そんな声とともに、私は何かを踏みつけた。足元を見ると、足の下に足。私は慌てて足を上げる。



「申し訳ございません。私の不注意でしたわ。」



「大丈夫だよ。僕も少し足を伸ばしてしまっていたし、お互い様だよ。」



良かった…と一息つく。あれ、でも私の右隣って確かヒロインちゃん…と不思議に思い顔を上げると、そこには屋外なのに煌めく金髪に、エメラルドのような輝きの瞳をした、人あたりの良さそうな丹精な顔立ちの男の子がいた。

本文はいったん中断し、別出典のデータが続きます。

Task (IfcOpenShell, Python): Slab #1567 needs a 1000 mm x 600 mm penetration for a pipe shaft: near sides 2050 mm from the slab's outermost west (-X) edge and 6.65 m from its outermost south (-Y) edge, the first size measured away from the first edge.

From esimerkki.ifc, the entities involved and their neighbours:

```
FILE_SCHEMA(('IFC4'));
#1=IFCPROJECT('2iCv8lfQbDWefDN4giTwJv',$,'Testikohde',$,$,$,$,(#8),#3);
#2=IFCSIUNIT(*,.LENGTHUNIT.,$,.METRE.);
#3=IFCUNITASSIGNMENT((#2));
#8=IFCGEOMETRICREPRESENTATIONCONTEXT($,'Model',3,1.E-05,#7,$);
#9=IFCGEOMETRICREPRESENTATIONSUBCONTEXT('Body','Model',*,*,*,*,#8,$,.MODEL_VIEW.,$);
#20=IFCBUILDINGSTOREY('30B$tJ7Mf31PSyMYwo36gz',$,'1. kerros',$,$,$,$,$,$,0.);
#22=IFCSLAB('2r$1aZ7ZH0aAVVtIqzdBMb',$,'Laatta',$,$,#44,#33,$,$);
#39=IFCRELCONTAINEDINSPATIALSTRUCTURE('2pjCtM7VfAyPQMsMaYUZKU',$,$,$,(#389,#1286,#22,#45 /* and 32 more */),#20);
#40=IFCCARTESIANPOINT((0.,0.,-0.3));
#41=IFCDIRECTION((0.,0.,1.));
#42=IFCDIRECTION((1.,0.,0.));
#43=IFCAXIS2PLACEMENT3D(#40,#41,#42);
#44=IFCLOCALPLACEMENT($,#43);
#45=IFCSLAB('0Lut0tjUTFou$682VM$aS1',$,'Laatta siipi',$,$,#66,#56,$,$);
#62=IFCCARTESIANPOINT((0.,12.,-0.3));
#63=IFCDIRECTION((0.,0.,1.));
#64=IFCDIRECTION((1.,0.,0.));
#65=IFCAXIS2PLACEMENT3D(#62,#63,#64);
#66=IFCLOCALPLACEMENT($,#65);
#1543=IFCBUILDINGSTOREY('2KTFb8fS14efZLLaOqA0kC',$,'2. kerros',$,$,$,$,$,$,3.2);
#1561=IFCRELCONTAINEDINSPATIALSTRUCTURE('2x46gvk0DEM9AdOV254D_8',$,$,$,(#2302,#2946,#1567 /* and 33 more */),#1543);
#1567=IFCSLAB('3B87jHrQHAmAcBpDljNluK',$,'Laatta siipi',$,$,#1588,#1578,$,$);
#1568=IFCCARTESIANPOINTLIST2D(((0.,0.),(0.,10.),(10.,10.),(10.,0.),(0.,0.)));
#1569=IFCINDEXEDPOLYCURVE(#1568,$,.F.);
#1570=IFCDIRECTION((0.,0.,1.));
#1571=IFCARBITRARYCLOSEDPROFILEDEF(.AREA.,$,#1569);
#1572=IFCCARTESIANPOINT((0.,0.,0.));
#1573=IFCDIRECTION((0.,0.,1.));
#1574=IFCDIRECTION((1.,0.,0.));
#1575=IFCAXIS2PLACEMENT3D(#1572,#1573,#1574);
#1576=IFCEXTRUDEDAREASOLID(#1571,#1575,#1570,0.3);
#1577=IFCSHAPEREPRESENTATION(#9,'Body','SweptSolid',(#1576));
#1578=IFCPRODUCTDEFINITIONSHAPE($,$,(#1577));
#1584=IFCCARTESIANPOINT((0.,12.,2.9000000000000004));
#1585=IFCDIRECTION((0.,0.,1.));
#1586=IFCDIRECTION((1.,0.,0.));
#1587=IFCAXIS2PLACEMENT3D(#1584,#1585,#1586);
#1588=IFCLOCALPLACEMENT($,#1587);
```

```python
import numpy as np
import ifcopenshell
import ifcopenshell.api.feature
import ifcopenshell.api.geometry
import ifcopenshell.api.root
import ifcopenshell.geom
import ifcopenshell.util.placement
import ifcopenshell.util.representation
import ifcopenshell.util.shape
import ifcopenshell.util.unit

model = ifcopenshell.open("esimerkki.ifc")
unit_scale = ifcopenshell.util.unit.calculate_unit_scale(model)
settings = ifcopenshell.geom.settings()


def volume(element):
    """Net volume in cubic metres, openings subtracted."""
    shape = ifcopenshell.geom.create_shape(settings, element)
    return ifcopenshell.util.shape.get_volume(shape.geometry)


slab = model.by_id(1567)
before = volume(slab)

# Extent in the slab's own axes, in metres. The edges named are its -X and -Y sides.
slab_shape = ifcopenshell.geom.create_shape(settings, slab)
vertices = ifcopenshell.util.shape.get_vertices(slab_shape.geometry)
x_min, y_min, bottom = vertices.min(axis=0)
top = vertices[:, 2].max()

opening = ifcopenshell.api.root.create_entity(model, ifc_class="IfcOpeningElement", name="Pipe shaft opening", predefined_type="OPENING")
context = ifcopenshell.util.representation.get_context(model, "Model", "Body", "MODEL_VIEW")
width, depth = 1, 0.6
outline = [(0.0, 0.0), (width, 0.0), (width, depth), (0.0, depth), (0.0, 0.0)]
# Overshoot both faces by 50 mm so the cut is clean.
shape = ifcopenshell.api.geometry.add_slab_representation(
    model, context=context, depth=top - bottom + 0.1, polyline=outline
)
ifcopenshell.api.geometry.assign_representation(model, product=opening, representation=shape)

matrix = ifcopenshell.util.placement.get_local_placement(slab.ObjectPlacement)
matrix[:, 3] = matrix @ np.append(np.array([x_min + 2.05, y_min + 6.65, bottom - 0.05]) / unit_scale, 1.0)
ifcopenshell.api.geometry.edit_object_placement(model, product=opening, matrix=matrix, is_si=False)
ifcopenshell.api.feature.add_feature(model, feature=opening, element=slab)

after = volume(slab)

print(f"slab volume {before:.3f} -> {after:.3f} m3")

model.write("esimerkki_edited.ifc")
```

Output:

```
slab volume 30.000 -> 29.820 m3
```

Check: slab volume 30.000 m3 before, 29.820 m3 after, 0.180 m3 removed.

誰!?私は思わず顔を凝視する。彼は少し困惑した表情で顔を逸らす。やっちゃった、全然知らない人だ。席間違えた?そう思い当たりを見渡すが、ここが最前列。そしてネームプレートも自分の名前。どういうこと…?思考停止してしまう。



「何をしている。リリ。」



声のする方へ視線を向けると、私の婚約者候補の王太子様、ユリウス様が立っていた。不思議そうに私を見ると、席に置いてあるネームプレートを手に取り、胸元へ着ける。



「ユリウス!久しいね。元気にしてたかい?」



親しげにユリウス様に声をかける男の人。頭の中では、誰?の2文字が回っている。



「元気だよ。ああ、リリ、こちらはリーゼン公国の公子、ブレア・リーゼン様だ。公国の公爵家はシュタイン王国と親戚で、私とブレアは又従兄弟にあたる。」



ブレア・リーゼン。ヒロインちゃんの名前。又従兄弟の設定もそのまま。ユリウス様と私の間に座っている…この方がヒロインちゃんなの!?



「公子様だったのですね。大変失礼を。」



私は姿勢を整え、完璧すぎるカーテシーをする。



「私は、ウェルズリー公爵が娘、リリアンヌ・ウェルズリーですわ。以後良しなに。」



混乱する頭を何とか正常に動かしつつ、自己紹介をしていると、入学式の始まりを告げるチャイムが鳴った。私は慌てて席に座る。



最初は国王様からのおめでたいお言葉。そして生徒を代表し、ユリウス様のお言葉。だが、式の最中、それどころではなかった。



私の頭の中はヒロインが男、ヒロインが男、ヒロインが男!!!その言葉でいっぱいだった。